Der Ausbau des Fersenwegs

BZ, 25. November 1922

Der Senat hatte hohe Erwartungen an den Ausbau des Fersenwegs: dort sollten sich Gemüsebauern ansiedeln und Hamburg mit frischen Lebensmitteln versorgen. Das war aber recht optimistisch.

Der Fersenweg, der Kirchwärder in ost-westlicher Richtung durchzieht, existiert seit über 500 Jahren: laut Ernst Finder (S. 315) ist er bereits in der sogenannten Pfannenstielschen Karte von 1546 verzeichnet. Über die Jahrhunderte war er ein einfacher Feldweg, aber nun hatte Hamburg großes vor. Man strebte an, den „durchgehenden Verkehr aus dem Lande auf dem Fersenweg und Landscheideweg über die Ochsenwärder Landstraße und den Elbdeich in Moorfleth nach Hamburg durch Ausbau der Feldwege Fersenweg und Landscheideweg zu ermöglichen“, wie es im Wegeprogramm der Landherrenschaften hieß (BZ vom 7. August 1922).
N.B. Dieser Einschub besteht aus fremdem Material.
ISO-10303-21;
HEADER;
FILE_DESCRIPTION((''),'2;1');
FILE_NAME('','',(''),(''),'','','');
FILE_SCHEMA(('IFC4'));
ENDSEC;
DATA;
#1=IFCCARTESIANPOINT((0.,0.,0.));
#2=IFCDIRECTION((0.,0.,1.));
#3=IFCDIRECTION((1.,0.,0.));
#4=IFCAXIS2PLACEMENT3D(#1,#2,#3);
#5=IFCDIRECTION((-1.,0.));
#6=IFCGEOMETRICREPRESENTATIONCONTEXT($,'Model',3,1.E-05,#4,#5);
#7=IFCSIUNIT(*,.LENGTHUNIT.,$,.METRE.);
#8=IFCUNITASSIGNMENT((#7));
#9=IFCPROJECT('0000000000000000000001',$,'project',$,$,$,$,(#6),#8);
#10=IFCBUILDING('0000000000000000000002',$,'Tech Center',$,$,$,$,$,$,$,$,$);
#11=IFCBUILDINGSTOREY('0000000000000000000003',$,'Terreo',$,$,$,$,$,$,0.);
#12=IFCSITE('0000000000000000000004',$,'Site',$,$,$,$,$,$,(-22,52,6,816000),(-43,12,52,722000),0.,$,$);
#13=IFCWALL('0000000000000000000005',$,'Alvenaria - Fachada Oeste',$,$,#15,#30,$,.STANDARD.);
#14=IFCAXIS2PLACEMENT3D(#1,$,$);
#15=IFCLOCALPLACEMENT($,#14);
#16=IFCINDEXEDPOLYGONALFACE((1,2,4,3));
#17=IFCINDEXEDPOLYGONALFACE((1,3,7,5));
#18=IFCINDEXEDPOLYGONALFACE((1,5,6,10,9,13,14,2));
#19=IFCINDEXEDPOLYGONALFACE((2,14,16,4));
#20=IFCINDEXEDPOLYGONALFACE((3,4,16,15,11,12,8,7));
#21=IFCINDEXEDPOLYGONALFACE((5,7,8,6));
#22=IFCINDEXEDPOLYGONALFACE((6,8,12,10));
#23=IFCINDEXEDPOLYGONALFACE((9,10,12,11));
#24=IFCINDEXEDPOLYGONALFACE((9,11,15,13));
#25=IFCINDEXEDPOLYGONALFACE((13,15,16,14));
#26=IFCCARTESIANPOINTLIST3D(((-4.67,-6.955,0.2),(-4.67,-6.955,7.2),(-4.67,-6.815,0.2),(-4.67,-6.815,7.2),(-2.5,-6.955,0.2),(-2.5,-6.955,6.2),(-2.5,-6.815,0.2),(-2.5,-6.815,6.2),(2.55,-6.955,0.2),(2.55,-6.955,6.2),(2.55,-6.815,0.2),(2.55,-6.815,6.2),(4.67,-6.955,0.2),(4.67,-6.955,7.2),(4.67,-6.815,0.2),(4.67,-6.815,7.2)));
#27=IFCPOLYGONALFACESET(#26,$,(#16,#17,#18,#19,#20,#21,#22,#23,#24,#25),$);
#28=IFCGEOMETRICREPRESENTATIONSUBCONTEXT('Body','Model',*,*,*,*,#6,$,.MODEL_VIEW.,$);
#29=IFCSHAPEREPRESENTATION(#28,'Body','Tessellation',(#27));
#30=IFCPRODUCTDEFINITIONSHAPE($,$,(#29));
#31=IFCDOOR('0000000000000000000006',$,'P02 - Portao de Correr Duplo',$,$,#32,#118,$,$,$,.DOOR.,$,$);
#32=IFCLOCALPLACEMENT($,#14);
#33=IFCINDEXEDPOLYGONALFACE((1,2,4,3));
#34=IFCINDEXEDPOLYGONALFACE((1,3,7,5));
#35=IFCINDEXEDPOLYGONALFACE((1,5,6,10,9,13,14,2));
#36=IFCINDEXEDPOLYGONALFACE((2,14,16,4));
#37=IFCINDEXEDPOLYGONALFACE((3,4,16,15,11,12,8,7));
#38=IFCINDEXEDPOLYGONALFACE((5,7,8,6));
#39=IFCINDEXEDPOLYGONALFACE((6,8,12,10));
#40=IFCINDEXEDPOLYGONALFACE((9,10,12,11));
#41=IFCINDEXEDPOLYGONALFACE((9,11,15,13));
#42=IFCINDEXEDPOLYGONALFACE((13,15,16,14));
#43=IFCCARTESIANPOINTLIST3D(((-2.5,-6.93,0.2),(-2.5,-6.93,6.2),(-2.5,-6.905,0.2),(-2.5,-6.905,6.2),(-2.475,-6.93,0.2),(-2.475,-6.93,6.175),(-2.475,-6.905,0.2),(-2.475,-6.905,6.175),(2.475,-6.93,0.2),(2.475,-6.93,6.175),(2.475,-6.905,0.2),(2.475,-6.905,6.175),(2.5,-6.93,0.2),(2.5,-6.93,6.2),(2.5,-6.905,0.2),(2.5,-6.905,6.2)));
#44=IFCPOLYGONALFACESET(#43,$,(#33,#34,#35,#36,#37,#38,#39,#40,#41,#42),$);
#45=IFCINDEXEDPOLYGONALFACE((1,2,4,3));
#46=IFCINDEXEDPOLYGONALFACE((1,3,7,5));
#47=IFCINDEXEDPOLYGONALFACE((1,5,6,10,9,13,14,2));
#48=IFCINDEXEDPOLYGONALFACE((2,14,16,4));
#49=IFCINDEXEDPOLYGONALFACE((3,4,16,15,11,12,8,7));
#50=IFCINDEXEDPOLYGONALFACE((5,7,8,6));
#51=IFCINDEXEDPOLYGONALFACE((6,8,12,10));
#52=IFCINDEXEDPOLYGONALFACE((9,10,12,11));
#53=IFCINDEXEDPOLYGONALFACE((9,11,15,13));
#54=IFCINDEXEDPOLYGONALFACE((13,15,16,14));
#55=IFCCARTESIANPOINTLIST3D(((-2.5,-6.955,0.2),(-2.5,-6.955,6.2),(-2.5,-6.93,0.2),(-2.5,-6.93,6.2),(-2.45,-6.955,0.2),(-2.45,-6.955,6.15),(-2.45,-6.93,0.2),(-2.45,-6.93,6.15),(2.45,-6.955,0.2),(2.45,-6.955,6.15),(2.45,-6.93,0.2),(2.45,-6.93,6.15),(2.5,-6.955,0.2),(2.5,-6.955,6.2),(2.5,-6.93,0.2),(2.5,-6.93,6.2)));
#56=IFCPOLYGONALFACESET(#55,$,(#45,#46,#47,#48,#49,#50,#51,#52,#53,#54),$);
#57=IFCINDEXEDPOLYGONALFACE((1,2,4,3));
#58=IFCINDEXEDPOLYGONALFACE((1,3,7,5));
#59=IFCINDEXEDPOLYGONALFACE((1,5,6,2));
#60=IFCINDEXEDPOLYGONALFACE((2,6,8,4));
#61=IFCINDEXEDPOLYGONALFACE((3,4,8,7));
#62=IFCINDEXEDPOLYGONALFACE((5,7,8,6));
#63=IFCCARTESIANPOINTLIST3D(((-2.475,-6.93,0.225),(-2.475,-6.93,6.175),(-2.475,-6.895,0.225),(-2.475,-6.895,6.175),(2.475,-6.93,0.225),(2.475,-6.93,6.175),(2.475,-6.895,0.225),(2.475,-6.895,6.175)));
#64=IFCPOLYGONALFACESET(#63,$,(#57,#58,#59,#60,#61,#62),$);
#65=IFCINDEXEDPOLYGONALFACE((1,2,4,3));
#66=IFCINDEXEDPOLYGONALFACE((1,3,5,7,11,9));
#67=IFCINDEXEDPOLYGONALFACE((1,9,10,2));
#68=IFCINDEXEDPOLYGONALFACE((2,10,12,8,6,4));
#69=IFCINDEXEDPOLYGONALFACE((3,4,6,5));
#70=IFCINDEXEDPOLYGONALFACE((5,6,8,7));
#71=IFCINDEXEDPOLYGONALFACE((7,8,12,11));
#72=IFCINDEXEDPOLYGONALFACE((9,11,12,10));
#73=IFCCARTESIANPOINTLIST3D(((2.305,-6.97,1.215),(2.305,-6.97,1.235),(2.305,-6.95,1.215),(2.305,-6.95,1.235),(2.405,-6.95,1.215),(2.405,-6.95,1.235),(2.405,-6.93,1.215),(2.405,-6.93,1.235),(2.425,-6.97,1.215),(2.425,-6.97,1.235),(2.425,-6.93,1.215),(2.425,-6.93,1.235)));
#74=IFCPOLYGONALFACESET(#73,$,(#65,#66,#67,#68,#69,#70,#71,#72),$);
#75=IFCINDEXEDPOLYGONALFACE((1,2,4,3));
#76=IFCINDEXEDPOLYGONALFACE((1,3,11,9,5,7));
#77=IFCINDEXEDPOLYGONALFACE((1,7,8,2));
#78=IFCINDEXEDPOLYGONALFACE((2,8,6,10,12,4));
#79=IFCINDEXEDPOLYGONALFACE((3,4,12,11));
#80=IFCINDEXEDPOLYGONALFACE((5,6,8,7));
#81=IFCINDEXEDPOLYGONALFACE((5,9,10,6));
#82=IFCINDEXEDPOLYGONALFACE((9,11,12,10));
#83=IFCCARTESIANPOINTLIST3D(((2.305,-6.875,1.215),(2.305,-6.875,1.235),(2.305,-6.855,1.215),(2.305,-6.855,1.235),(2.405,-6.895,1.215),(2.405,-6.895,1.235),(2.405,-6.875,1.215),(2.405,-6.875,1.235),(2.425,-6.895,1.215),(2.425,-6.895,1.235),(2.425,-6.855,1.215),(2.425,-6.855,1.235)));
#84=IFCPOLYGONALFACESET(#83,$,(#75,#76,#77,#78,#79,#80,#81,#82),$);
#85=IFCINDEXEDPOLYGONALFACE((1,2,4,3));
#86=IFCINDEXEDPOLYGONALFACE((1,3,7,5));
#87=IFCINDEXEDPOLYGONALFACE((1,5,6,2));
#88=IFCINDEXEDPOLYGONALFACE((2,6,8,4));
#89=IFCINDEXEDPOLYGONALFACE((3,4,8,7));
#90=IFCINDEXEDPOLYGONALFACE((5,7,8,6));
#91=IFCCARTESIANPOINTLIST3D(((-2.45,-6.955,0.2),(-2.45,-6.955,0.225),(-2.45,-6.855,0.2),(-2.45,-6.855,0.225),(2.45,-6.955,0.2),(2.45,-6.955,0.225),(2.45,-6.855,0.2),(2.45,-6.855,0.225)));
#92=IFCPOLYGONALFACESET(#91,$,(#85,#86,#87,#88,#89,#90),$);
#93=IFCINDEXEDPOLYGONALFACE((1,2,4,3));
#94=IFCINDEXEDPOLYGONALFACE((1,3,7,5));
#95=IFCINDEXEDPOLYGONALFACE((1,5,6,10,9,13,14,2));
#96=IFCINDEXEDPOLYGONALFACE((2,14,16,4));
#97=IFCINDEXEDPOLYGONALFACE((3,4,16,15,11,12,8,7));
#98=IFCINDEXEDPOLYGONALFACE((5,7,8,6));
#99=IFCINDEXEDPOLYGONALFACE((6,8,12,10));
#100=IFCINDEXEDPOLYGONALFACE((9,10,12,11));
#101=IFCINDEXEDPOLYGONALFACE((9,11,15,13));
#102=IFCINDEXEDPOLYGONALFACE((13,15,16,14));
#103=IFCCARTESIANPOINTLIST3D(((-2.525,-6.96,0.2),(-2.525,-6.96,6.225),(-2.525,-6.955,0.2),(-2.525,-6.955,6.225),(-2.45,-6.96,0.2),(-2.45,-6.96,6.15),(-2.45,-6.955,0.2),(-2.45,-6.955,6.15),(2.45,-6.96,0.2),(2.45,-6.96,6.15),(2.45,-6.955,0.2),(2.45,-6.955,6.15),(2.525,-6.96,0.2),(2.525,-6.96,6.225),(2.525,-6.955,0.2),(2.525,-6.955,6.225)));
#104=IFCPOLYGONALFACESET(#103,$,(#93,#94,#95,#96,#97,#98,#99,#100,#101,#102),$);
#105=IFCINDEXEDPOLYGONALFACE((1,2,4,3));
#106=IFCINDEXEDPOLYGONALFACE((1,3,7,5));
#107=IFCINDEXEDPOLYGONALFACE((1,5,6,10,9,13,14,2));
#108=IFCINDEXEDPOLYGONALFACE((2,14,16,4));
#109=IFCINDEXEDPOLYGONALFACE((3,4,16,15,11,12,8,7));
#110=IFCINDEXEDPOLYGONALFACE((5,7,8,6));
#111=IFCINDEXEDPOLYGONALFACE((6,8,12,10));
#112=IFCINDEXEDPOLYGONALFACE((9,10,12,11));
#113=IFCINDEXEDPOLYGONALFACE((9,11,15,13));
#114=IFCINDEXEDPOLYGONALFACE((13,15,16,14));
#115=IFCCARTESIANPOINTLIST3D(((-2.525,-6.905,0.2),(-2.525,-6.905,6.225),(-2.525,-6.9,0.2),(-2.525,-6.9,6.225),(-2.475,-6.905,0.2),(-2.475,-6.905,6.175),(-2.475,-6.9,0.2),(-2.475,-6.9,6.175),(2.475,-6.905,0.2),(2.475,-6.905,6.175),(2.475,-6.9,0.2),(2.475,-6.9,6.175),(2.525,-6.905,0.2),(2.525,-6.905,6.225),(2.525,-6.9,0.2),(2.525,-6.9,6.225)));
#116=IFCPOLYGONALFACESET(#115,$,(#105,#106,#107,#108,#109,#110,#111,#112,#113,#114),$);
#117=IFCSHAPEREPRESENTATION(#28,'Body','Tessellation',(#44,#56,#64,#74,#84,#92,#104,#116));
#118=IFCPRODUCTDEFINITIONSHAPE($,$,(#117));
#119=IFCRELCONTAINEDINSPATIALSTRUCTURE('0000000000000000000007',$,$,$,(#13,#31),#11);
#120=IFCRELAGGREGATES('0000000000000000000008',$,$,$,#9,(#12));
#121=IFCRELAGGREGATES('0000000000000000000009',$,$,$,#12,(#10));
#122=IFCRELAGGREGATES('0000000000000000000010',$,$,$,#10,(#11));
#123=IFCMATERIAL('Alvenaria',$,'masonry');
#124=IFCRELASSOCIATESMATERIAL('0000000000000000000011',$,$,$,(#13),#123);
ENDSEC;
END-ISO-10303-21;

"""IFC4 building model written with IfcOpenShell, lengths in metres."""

from ifc_helpers import new_model, si_unit, direction, frame, origin_with_axes, place, context, subcontext, project, spatial, line, indexed_curve, outline, extrude, material, element, fill, save


model = new_model("IFC4")

# Units and contexts
model_context = context("Model", 3, precision=1e-05, world=origin_with_axes(), true_north=direction((-1.0, 0.0)))
body_context = subcontext(model_context, "Body", "Model", "MODEL_VIEW")
ifc_project = project(units=[si_unit("LENGTHUNIT", "METRE")], contexts=[model_context])

# Site, building, storey
site = spatial("IfcSite", under=ifc_project, Name="Site", RefLatitude=(-22, 52, 6, 816000), RefLongitude=(-43, 12, 52, 722000), RefElevation=0.0)
building = spatial("IfcBuilding", under=site, Name="Tech Center")
storey = spatial("IfcBuildingStorey", under=building, Name="Terreo", Elevation=0.0)

# Wall, opening, door
ifc_material_1 = material(Name="Alvenaria", Category="masonry")
wall_1_placement = place(None, frame((-4.67, -6.955, 0.2), z_axis=(0.0, 0.0, 1.0), x_axis=(1.0, 0.0, 0.0)))
wall_1 = element("IfcWall", 1, at=wall_1_placement, inside=storey, material=ifc_material_1, Name="Alvenaria - Fachada Oeste", PredefinedType="STANDARD", context=body_context, shape_type="SweptSolid", body=[
    extrude(outline(indexed_curve([(0.0, 0.0), (0.0, 0.14), (9.34, 0.14), (9.34, 0.0), (0.0, 0.0)], self_intersect=False)), origin_with_axes(), (0.0, 0.0, 1.0), 7.0),
])
opening_1_placement = place(wall_1_placement, frame((2.17, 0.0, 0.0), z_axis=(0.0, 0.0, 1.0), x_axis=(1.0, 0.0, 0.0)))
opening_1 = element("IfcOpeningElement", 2, at=opening_1_placement, cuts=wall_1, context=body_context, shape_type="SweptSolid", body=[
    extrude(outline(indexed_curve([(0.0, 0.0), (0.0, 0.34), (5.05, 0.34), (5.05, 0.0), (0.0, 0.0)], self_intersect=False)), origin_with_axes(), (0.0, 0.0, 1.0), 6.0),
])
door_1_placement = place(None, frame((-2.5, -6.955, 0.2), z_axis=(0.0, 0.0, 1.0), x_axis=(1.0, 0.0, 0.0)))
door_1 = element("IfcDoor", 3, at=door_1_placement, inside=storey, Name="P02 - Portao de Correr Duplo", PredefinedType="DOOR", context=body_context, shape_type="SweptSolid", body=[
    extrude(outline(indexed_curve([(0.0, 0.0), (0.0, 6.0), (5.0, 6.0), (5.0, 0.0), (4.975, 0.0), (4.975, 5.975), (0.025, 5.975), (0.025, 0.0)], segments=[line(1, 2, 3, 4, 5, 6, 7, 8, 1)])), frame((0.0, 0.025, 0.0), z_axis=(0.0, -1.0, 0.0), x_axis=(1.0, 0.0, 0.0)), (0.0, 0.0, -1.0), 0.025),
Die Begeisterung darüber hielt sich in Grenzen: für Kirchwärders Gemeindevorsitzenden Heinrich Grube war die Pflasterung der Deiche dringender und nötiger, seine Gemeindevertretung war aber mit dem Plan einverstanden (BZ vom 27. Oktober und 6. November 1921). Auch in einem Ausschuss der Hamburger Bürgerschaft wurde kontrovers diskutiert: die Befürworter meinten, dass dort „Hunderte von Gemüsebauern sich ansiedeln“ könnten, zu beiden Seiten der Wege befinde sich ja „ausschließlich Acker- und tiefliegendes Weideland“. Die Gegner erwarteten, dass die Hamburger Marschbahn die Transportaufgaben übernehmen würde und die Wege somit „vollständig entbehrlich“ seien (BZ vom 30. März 1921).

In Kirchwärder erwartete man sogar die Schaffung einer „breiten Fahrstraße“ (BZ vom 2. April 1921), doch das war zu optimistisch: der Ausbau erfolgte in einer Breite von ca. drei Metern, sodass Begegnungen von Pferdefuhrwerken und von Lastkraftwagen nicht ohne Inanspruchnahme der Bankette möglich waren, und folglich wurde der Süderquerweg, nicht der Fersenweg, zur Ost-West-Hauptstraße Kirchwärders, mit Anschluss an den Ochsenwärder Landscheideweg.

Zu rosig hatte man auch die gartenbauliche Zukunft gesehen: wie man heute noch feststellen kann, blieb die Zahl der Gemüsebauern sehr überschaubar – offenbar war das schwere, tiefliegende Land doch nicht so gut für den Gartenbau geeignet.

Fersenweg (westlicher Teil) im September 2022

Die Straßenbreite beträgt übrigens bis heute etwa drei Meter, es sind allerdings Ausweichbuchten vorhanden. Und rechtzeitig vor dem hundertsten Geburtstag hat der westliche Teil des Fersenwegs, also zwischen Kirchwerder Landweg und Durchdeich, eine neue Asphaltdecke erhalten, unter der sich altes Pflaster verbirgt.